Problem requirements: Search the records for the word "Body". Copy every line where it appears.

Data to examine:
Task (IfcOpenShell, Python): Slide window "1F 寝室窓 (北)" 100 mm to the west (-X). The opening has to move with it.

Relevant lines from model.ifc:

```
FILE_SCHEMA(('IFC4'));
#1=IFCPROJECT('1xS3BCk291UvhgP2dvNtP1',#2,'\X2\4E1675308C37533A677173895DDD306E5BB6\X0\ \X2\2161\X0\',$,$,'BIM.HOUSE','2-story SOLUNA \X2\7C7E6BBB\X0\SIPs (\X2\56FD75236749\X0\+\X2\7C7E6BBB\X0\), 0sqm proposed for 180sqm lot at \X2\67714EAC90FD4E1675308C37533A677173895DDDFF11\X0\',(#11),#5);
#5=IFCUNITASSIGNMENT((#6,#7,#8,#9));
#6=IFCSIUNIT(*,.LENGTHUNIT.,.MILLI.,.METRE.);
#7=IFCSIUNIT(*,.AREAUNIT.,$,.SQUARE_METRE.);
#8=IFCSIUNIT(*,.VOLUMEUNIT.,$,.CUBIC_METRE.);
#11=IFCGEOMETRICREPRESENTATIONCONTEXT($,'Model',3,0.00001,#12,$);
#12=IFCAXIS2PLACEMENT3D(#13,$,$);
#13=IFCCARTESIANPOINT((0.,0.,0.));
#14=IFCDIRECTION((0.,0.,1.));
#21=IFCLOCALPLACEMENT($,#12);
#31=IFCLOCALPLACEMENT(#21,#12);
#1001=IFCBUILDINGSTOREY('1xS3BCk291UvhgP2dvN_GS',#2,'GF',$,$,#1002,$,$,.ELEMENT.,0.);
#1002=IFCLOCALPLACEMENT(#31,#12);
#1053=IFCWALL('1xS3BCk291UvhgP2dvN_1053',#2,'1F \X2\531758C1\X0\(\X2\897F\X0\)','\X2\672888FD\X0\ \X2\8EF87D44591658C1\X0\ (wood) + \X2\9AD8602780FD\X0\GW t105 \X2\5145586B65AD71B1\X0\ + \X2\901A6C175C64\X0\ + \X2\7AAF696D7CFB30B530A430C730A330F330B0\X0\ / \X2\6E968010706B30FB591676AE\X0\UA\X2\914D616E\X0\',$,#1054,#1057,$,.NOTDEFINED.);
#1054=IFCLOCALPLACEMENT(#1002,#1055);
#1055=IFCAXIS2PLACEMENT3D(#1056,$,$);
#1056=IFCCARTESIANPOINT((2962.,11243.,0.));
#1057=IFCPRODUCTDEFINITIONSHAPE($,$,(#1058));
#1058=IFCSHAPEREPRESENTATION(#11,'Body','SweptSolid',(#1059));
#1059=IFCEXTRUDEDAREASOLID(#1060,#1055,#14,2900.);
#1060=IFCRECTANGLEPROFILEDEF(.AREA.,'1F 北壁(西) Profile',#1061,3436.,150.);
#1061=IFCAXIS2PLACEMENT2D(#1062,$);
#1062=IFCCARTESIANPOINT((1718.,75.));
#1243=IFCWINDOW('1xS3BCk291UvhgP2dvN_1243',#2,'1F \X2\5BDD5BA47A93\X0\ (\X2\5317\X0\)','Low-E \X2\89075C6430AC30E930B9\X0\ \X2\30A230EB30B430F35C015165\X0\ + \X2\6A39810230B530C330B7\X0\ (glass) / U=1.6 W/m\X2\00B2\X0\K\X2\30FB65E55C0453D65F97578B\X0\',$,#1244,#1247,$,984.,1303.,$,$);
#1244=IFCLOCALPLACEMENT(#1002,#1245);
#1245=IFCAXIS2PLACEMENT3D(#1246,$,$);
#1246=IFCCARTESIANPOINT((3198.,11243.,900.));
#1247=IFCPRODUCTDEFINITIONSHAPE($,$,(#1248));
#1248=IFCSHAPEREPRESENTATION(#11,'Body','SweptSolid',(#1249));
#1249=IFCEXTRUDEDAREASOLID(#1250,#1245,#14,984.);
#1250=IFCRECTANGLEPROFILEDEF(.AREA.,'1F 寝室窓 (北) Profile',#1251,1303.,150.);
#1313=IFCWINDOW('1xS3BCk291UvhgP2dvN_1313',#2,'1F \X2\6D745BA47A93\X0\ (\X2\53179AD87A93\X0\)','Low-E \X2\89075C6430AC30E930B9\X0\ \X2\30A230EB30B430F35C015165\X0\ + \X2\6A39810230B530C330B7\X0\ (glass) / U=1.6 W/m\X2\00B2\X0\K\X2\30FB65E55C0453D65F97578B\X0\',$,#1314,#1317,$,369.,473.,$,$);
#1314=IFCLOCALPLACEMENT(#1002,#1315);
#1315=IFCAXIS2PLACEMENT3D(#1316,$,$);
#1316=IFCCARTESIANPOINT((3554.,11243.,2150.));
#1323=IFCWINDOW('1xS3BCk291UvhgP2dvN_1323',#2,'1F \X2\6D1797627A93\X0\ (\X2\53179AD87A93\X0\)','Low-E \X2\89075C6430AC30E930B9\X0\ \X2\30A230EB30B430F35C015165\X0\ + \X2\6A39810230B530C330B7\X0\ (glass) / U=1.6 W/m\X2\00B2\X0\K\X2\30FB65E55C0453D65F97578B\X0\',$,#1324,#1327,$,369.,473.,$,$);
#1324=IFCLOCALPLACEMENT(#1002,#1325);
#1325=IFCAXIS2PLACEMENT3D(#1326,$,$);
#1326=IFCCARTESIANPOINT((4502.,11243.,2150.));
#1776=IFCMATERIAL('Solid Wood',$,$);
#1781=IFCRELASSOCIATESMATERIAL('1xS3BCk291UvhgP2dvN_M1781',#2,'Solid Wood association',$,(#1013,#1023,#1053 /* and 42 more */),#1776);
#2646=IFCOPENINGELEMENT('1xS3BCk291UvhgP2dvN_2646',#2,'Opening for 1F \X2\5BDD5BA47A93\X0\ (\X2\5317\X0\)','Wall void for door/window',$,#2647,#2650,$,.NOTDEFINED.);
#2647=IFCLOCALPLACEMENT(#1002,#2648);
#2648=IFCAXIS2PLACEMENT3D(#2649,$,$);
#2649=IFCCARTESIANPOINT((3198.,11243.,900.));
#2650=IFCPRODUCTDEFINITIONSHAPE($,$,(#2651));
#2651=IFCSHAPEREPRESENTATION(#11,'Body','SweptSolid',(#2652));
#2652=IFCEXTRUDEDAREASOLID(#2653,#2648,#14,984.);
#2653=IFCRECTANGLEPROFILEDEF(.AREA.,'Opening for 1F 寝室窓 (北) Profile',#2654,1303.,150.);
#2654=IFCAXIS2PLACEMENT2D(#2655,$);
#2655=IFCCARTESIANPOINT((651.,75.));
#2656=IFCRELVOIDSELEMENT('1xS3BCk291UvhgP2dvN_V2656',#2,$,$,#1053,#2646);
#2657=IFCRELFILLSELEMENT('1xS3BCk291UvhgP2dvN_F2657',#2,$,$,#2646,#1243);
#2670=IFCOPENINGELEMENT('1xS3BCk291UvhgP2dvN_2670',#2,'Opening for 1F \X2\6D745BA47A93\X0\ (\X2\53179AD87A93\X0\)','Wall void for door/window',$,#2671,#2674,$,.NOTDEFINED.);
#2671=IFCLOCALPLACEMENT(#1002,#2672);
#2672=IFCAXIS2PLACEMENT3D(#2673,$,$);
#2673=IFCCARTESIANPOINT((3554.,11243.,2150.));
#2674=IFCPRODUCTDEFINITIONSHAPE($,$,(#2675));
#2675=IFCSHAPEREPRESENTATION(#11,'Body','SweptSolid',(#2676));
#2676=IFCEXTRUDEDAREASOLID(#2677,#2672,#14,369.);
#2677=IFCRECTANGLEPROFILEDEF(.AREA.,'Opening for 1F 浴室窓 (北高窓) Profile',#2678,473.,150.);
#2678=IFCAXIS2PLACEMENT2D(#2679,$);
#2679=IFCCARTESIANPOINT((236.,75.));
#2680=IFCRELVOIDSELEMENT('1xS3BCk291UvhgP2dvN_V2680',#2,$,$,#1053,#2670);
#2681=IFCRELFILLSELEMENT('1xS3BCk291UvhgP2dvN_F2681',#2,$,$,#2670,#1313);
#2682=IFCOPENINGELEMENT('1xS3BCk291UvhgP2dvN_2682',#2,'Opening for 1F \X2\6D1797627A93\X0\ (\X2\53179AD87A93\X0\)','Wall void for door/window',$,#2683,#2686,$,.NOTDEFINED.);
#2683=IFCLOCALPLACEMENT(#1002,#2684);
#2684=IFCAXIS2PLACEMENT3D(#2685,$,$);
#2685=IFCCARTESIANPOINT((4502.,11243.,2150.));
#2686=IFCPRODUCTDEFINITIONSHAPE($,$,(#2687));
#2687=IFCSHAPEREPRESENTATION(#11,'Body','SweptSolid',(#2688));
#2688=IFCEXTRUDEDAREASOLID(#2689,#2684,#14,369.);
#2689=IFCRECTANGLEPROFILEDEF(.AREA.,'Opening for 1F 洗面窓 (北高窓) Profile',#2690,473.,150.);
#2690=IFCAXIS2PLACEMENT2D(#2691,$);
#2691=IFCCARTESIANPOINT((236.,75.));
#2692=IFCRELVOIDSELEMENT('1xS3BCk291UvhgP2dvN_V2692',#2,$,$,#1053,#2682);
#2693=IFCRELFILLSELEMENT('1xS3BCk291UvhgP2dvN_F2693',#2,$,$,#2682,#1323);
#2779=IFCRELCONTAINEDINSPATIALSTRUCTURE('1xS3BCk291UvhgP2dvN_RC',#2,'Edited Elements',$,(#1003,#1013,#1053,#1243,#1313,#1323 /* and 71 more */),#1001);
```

```python
import ifcopenshell
import ifcopenshell.api.geometry
import ifcopenshell.util.placement
import ifcopenshell.util.unit

model = ifcopenshell.open("model.ifc")
unit_scale = ifcopenshell.util.unit.calculate_unit_scale(model)

window = model.by_guid("1xS3BCk291UvhgP2dvN_1243")
opening = window.FillsVoids[0].RelatingOpeningElement
wall = opening.VoidsElements[0].RelatingBuildingElement

wall_matrix = ifcopenshell.util.placement.get_local_placement(wall.ObjectPlacement)
shift = wall_matrix[:3, 0] * -0.1 / unit_scale
before = ifcopenshell.util.placement.get_local_placement(window.ObjectPlacement)[:3, 3].copy()

# The window is not placed relative to its opening, so move both.
for product in (opening, window):
    matrix = ifcopenshell.util.placement.get_local_placement(product.ObjectPlacement)
    matrix[:3, 3] += shift
    ifcopenshell.api.geometry.edit_object_placement(model, product=product, matrix=matrix, is_si=False)

after = ifcopenshell.util.placement.get_local_placement(window.ObjectPlacement)[:3, 3]
print("window moved by", (after - before).round(3) + 0.0)

model.write("model_rev.ifc")
```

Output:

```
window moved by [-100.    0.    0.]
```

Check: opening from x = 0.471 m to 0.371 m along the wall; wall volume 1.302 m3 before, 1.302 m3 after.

Answer box:
#1058=IFCSHAPEREPRESENTATION(#11,'Body','SweptSolid',(#1059));
#1248=IFCSHAPEREPRESENTATION(#11,'Body','SweptSolid',(#1249));
#2651=IFCSHAPEREPRESENTATION(#11,'Body','SweptSolid',(#2652));
#2675=IFCSHAPEREPRESENTATION(#11,'Body','SweptSolid',(#2676));
#2687=IFCSHAPEREPRESENTATION(#11,'Body','SweptSolid',(#2688));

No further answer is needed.